By: Lucas Delgado
October 22, 2024
Photo Credit: NBA and Philadelphia 76ers
Through the start of the decade, the Philadelphia 76ers have been a consistent playoff level team in the NBA, representative of the booming sports scene in the City of Brotherly Love. Under owner Josh Harris, the team is looking for more opportunities to maximize their exposure and modernize their operations. In 2022, Harris Blitzer Entertainment announced plans for a new venue in 2022. Two years later, they have reached an agreement with the city, as Mayor Cherelle Parker has unveiled the details behind the agreement between both parties for 76 Place at Market East.
The arena is set to be financed without the city’s support, with an estimated $1.3 billion cost. The deal would begin in 2031 and would keep the Sixers in the city until 2061. The team will make an average payment of $6 million per year to the city, intended to support expanded opportunities for local businesses and residents. There is also a community benefit agreement (CBA) worth $50 million, targeting investments in education and economic development across Philadelphia. The agreement is projected to generate $700 million in tax revenue for the city, while also creating over a thousand jobs in construction and operations.
This deal marks a few historical milestones for a Philly-based sports venue. It will be the city’s first arena to have no public funding, bucking a trend set by the Wells Fargo Arena (currently used by the 76ers and NHL’s Philadelphia Flyers), Lincoln Financial Field (used by the NFL’s Eagles) and Citizens Bank Park (home of the MLB’s Phillies). More notably, it breaks a geographical trend amongst the city’s venues. The three arenas just listed all reside in the South Philadelphia East neighborhood, so close to each other that they effectively share the same parking lots. 76 Place at Market East will be just under four miles north in Center City, marking a decentralization of the city’s major venues.

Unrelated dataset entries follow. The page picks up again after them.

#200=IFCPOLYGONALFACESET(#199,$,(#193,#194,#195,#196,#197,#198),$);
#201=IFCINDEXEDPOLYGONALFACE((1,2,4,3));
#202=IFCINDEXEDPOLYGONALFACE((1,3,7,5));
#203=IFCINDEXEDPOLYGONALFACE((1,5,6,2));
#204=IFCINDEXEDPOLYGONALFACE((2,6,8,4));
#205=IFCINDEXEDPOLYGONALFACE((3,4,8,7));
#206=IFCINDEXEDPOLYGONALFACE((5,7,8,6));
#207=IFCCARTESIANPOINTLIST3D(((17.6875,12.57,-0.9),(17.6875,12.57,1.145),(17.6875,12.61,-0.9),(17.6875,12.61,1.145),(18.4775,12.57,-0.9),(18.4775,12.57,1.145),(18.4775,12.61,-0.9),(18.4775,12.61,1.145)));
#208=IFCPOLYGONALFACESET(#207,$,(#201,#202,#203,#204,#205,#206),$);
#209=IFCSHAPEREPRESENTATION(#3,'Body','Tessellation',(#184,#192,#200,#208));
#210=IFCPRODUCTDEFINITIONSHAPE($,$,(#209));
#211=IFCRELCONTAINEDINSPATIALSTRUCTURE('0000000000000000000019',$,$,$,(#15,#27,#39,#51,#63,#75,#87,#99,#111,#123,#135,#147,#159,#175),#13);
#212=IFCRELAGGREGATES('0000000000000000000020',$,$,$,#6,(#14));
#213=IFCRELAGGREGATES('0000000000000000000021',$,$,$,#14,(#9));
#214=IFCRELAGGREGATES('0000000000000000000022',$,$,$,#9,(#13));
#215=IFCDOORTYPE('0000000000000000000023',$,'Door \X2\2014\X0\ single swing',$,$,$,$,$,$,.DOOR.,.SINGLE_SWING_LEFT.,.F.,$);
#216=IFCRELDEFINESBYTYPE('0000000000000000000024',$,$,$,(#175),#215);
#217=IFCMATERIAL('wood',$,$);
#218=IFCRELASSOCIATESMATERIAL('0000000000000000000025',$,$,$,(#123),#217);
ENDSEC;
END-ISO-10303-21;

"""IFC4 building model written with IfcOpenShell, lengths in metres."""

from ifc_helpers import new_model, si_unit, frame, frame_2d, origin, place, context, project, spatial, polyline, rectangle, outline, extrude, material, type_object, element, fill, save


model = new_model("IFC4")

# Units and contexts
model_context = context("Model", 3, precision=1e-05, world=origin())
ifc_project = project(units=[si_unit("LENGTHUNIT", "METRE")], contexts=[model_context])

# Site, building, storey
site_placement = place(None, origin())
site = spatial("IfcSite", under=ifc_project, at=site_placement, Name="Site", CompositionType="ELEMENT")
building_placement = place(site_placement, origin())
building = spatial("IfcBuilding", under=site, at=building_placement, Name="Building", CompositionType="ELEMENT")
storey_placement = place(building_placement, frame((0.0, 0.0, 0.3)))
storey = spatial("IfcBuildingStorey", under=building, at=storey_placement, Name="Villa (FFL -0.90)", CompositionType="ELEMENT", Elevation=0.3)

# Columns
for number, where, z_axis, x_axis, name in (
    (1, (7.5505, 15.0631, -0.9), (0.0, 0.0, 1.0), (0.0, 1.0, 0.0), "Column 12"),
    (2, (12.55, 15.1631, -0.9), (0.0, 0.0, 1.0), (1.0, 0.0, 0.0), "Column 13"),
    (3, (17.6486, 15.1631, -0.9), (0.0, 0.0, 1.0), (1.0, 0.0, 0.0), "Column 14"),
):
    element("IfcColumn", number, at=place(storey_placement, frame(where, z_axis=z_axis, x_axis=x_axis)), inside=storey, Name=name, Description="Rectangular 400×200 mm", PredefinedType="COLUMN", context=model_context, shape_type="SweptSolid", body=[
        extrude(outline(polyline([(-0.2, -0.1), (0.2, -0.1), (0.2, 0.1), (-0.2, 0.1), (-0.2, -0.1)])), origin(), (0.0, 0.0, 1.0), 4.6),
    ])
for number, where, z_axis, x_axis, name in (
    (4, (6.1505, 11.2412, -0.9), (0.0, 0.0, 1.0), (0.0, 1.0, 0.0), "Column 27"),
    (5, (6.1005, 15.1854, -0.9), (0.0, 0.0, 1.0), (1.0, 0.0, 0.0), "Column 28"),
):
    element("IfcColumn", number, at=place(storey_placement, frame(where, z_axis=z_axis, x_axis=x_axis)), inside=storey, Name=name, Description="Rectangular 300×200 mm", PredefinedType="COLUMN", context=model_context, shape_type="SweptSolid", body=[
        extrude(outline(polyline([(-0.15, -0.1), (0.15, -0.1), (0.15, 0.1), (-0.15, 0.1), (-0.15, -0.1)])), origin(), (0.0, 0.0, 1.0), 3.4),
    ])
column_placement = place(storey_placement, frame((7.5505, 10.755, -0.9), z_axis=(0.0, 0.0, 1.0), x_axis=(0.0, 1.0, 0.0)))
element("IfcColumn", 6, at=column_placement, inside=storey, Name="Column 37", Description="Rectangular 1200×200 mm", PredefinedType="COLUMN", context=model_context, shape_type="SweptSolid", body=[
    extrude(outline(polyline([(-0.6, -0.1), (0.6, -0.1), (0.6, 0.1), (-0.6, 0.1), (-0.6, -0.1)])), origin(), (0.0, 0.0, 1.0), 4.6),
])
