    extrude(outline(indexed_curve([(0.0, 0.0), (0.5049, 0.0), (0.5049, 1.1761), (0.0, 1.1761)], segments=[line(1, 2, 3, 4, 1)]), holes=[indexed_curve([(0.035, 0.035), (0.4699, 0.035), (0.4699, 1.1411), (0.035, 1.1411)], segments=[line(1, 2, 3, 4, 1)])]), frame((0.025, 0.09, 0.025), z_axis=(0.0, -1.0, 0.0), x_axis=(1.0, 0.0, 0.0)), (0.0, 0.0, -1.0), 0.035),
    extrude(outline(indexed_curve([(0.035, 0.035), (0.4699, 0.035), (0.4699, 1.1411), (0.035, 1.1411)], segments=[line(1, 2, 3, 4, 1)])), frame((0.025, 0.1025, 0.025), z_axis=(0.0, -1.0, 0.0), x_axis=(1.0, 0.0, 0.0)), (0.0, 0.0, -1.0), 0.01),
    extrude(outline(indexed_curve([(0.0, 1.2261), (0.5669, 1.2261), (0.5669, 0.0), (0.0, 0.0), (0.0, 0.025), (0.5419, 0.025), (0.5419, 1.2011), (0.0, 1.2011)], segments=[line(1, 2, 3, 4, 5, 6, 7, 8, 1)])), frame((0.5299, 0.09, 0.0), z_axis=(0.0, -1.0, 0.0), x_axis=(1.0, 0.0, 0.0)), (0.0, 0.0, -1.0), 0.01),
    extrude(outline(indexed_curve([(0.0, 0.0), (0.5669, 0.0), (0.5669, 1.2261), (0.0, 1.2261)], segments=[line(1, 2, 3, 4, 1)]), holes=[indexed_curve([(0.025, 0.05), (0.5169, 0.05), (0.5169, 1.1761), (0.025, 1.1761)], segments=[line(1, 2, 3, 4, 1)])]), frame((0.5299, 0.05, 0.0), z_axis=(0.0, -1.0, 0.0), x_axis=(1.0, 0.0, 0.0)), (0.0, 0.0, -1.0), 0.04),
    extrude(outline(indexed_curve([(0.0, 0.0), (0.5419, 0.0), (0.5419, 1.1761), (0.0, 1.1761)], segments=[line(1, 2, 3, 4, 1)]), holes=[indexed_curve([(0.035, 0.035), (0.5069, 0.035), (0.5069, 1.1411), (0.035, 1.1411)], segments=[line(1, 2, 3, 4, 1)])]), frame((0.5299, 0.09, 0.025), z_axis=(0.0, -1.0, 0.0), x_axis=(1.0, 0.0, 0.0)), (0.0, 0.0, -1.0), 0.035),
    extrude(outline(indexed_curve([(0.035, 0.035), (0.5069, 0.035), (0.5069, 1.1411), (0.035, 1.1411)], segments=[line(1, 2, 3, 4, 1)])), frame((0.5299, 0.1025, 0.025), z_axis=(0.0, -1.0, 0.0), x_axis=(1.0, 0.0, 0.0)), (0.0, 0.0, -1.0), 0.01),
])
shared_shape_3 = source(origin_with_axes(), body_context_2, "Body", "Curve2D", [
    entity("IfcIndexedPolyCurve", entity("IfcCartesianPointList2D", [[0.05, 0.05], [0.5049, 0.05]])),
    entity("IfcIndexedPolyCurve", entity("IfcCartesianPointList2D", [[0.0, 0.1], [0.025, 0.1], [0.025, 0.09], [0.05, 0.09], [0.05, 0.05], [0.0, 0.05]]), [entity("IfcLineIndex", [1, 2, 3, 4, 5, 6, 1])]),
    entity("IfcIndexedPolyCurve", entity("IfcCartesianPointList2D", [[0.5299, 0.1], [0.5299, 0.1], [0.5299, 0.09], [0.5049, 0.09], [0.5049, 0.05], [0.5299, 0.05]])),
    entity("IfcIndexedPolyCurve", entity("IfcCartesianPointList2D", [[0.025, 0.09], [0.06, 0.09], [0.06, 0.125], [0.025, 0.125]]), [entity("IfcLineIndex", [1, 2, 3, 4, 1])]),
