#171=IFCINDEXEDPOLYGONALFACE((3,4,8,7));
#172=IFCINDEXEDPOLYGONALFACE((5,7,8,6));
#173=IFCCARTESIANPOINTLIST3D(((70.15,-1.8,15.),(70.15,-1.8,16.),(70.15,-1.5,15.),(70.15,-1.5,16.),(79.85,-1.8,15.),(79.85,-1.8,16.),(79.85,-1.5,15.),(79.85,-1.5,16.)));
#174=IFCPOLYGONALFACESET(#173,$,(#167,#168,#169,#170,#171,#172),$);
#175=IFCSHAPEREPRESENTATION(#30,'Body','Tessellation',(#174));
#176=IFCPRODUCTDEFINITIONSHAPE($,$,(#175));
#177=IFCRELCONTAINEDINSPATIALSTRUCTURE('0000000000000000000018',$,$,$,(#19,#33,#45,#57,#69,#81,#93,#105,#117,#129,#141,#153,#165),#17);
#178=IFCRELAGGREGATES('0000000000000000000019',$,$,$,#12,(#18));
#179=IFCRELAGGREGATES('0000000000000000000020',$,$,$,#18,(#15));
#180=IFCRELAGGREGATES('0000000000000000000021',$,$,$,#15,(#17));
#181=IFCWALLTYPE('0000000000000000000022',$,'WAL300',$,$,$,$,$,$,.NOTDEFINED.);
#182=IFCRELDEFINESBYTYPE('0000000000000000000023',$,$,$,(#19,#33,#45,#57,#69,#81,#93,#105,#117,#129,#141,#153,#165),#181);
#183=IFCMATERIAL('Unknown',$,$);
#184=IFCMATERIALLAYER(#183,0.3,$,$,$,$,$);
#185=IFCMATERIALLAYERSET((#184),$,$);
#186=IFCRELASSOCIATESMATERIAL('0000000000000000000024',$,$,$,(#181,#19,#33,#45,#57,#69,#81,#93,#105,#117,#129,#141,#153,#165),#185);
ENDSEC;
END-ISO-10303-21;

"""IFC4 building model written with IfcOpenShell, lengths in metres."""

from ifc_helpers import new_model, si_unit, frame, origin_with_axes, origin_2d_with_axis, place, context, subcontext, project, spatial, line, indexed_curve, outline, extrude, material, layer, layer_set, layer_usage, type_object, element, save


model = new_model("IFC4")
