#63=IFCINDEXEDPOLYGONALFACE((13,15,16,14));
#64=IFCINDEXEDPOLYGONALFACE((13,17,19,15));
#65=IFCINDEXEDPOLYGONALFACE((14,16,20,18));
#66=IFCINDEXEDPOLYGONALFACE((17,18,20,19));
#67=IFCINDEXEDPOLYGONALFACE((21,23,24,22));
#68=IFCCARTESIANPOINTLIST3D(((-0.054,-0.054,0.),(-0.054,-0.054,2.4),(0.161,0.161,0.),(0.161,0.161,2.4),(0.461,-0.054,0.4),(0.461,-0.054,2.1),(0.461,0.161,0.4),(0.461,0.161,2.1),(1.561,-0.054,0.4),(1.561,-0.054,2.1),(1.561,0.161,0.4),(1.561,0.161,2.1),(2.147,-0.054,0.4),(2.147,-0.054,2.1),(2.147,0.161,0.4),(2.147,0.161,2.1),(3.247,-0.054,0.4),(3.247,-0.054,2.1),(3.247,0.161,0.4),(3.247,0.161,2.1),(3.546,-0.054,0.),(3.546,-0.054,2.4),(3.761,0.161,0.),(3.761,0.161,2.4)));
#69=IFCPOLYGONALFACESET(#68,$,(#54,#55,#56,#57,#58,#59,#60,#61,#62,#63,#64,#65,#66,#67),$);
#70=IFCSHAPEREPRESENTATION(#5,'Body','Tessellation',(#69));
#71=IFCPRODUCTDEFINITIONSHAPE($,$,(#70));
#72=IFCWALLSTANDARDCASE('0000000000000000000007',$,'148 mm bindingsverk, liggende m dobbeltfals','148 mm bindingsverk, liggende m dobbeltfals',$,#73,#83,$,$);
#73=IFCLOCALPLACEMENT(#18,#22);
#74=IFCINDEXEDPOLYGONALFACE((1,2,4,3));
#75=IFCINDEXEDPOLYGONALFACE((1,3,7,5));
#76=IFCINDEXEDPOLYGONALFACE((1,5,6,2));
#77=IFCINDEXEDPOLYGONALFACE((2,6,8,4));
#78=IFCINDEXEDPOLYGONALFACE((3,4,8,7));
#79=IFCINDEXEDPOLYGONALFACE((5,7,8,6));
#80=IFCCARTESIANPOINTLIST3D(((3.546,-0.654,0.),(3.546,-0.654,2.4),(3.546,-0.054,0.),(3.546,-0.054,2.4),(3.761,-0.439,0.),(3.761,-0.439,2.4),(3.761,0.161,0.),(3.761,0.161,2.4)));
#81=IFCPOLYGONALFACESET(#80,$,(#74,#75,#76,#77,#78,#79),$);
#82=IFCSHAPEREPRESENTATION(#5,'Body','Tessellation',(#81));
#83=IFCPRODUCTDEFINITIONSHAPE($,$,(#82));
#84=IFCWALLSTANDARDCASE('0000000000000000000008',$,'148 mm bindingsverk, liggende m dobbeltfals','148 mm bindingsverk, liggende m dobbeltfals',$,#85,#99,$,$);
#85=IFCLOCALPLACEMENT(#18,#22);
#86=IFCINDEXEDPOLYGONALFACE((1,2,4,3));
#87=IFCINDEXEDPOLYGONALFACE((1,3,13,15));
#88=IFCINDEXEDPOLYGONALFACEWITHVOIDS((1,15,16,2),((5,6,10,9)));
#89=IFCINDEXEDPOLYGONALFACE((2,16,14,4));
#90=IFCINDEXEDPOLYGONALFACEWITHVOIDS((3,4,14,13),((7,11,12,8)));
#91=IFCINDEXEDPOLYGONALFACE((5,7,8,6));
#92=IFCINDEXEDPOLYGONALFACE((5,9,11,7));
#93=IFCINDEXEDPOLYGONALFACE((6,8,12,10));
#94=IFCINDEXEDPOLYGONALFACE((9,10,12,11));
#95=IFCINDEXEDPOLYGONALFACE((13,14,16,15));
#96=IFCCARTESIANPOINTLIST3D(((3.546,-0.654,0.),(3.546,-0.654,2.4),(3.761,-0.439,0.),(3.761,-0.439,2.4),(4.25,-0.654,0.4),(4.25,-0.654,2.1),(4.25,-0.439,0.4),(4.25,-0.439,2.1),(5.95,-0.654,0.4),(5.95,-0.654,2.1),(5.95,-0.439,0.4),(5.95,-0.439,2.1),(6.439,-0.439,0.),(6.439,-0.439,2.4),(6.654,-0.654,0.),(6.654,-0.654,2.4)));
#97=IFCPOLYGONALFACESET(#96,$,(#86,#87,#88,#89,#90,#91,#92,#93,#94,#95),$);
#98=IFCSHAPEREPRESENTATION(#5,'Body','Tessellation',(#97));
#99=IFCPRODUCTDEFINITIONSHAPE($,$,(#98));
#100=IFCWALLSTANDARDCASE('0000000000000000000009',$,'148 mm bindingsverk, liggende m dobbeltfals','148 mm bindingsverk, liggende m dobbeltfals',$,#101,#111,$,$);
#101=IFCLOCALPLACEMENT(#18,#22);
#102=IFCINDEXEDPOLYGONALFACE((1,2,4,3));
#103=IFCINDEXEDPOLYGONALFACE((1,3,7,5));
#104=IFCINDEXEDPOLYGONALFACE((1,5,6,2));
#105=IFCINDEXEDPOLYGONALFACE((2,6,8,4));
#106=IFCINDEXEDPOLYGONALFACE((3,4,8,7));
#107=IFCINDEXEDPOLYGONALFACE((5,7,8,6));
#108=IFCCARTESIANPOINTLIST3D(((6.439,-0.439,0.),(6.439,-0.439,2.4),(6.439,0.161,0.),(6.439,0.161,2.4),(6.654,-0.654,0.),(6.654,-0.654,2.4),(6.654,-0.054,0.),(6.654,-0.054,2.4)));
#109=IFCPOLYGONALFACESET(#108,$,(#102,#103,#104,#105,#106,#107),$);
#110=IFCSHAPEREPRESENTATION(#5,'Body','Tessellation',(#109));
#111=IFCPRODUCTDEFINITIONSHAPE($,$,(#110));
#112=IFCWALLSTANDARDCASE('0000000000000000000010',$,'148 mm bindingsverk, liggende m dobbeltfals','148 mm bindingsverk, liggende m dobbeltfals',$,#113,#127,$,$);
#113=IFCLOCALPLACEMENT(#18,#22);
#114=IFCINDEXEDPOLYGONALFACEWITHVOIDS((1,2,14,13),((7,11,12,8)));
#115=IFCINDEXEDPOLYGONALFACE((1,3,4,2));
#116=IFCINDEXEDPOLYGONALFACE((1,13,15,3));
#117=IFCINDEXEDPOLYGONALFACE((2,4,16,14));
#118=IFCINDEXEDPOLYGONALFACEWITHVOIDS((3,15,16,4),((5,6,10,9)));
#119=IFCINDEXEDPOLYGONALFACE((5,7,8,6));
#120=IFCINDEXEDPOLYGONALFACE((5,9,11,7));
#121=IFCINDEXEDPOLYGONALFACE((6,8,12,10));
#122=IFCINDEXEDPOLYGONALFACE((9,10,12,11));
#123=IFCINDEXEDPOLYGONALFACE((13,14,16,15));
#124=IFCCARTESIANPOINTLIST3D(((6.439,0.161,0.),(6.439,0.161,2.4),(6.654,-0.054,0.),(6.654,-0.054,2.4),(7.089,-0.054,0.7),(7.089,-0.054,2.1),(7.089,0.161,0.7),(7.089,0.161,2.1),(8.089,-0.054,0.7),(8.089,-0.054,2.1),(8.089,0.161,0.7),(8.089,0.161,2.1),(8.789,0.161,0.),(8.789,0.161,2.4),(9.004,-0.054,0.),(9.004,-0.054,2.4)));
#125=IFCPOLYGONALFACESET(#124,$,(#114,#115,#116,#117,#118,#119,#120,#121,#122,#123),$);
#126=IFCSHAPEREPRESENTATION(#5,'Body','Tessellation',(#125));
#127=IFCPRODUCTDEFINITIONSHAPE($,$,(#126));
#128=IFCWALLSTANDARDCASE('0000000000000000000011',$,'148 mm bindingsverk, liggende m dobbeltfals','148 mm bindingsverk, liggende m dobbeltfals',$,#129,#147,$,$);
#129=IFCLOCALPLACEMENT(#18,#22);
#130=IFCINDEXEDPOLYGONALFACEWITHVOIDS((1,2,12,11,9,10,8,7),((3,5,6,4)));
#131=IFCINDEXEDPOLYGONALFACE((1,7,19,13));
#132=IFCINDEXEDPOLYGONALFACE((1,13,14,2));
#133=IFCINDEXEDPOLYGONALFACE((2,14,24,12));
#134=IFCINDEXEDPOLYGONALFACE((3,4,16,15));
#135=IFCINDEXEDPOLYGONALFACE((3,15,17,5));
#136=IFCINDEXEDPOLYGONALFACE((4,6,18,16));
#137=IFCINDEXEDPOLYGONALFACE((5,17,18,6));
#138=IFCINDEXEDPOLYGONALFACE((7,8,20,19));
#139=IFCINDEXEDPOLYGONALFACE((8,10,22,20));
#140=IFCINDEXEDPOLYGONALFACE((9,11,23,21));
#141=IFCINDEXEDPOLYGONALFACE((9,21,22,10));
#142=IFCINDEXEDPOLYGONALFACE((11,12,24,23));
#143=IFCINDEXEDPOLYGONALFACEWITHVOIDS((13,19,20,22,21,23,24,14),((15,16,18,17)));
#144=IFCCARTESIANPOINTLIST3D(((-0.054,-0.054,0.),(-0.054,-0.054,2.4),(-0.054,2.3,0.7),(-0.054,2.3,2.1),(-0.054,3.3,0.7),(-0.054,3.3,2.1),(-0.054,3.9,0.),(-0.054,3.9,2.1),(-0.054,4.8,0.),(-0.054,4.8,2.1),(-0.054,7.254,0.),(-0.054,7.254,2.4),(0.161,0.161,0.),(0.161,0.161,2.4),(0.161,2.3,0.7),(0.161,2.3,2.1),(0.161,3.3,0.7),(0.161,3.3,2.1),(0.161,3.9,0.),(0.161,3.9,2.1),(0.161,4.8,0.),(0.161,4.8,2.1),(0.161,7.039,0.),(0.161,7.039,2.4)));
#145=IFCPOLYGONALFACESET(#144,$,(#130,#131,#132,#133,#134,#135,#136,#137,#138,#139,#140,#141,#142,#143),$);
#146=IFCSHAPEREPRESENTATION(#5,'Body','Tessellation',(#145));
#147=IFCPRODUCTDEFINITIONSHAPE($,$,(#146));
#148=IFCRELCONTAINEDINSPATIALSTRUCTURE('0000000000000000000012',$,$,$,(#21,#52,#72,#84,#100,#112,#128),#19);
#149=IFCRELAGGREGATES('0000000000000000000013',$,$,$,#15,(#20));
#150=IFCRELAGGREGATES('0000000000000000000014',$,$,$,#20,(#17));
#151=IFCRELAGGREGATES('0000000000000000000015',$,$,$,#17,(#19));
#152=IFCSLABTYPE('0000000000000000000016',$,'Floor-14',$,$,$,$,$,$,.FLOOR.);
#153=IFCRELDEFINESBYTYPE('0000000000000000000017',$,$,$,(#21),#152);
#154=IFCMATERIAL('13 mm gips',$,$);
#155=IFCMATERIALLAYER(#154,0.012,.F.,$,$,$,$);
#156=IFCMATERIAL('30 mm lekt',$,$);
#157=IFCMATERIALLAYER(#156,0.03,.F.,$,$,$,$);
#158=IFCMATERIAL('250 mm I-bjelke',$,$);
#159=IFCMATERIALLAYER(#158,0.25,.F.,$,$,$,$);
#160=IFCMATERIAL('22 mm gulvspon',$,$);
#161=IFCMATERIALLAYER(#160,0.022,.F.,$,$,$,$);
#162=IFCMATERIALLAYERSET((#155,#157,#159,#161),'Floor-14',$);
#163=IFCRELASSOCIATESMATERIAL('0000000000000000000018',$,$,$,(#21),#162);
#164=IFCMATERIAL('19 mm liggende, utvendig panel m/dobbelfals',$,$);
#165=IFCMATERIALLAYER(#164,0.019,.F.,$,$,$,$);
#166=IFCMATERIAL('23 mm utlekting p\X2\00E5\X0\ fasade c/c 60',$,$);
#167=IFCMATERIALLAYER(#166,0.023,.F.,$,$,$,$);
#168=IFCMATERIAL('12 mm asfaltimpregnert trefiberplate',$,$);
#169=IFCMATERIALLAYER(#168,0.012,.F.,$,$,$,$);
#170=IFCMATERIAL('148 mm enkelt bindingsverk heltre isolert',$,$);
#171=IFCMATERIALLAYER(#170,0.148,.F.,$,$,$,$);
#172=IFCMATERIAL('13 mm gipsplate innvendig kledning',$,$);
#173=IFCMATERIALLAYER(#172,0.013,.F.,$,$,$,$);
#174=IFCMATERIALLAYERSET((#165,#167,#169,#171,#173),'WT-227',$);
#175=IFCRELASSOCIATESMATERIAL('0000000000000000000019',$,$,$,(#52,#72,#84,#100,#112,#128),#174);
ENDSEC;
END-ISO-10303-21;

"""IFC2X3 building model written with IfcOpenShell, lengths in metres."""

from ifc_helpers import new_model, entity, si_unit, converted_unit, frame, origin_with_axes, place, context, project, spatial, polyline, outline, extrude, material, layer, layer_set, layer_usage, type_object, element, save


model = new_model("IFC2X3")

While this decision to build a state of the art venue in the city’s downtown could make the city’s goals of economic growth much easier, the plan is still seeing pushback. Residents of Philadelphia’s Chinatown neighborhood (a block north of the proposed site) have voiced their concerns with developing such a major venue so close to the district, claiming that the proposal is rushed and will fail to serve community issues in a significant way. Vivian Chang, the executive director of Asian Americans United, argued against the agreement’s outlined community improvement plan: "It is outlandish that the mayor is unilaterally trying to impose a CBA on a project that lacks even the most basic studies on housing and rent costs, impacts on small businesses, livability, and transit access – issues that will impact the city for years to come, between multiple years of construction and long-term damage to traffic flow and access to emergency healthcare. We are united in opposition to the arena and the rushed, haphazard process surrounding it." These criticisms from Chinatown’s residents and advocates could serve to derail the agreement, as it is still subject to a vote from Philadelphia’s City Council. The 17 person council requires a nine person majority vote in order to pass the arena, and with two different perspectives at play, voters will have to weigh between the pros and cons of an arena-centric economic plan and the existing issues in the Chinatown neighborhood.
Even with dissenting opinions threatening to slow down the development, the plans for 76 Place at Market East seem to mark an interesting change in how the city of Philadelphia looks to approach their entertainment venues.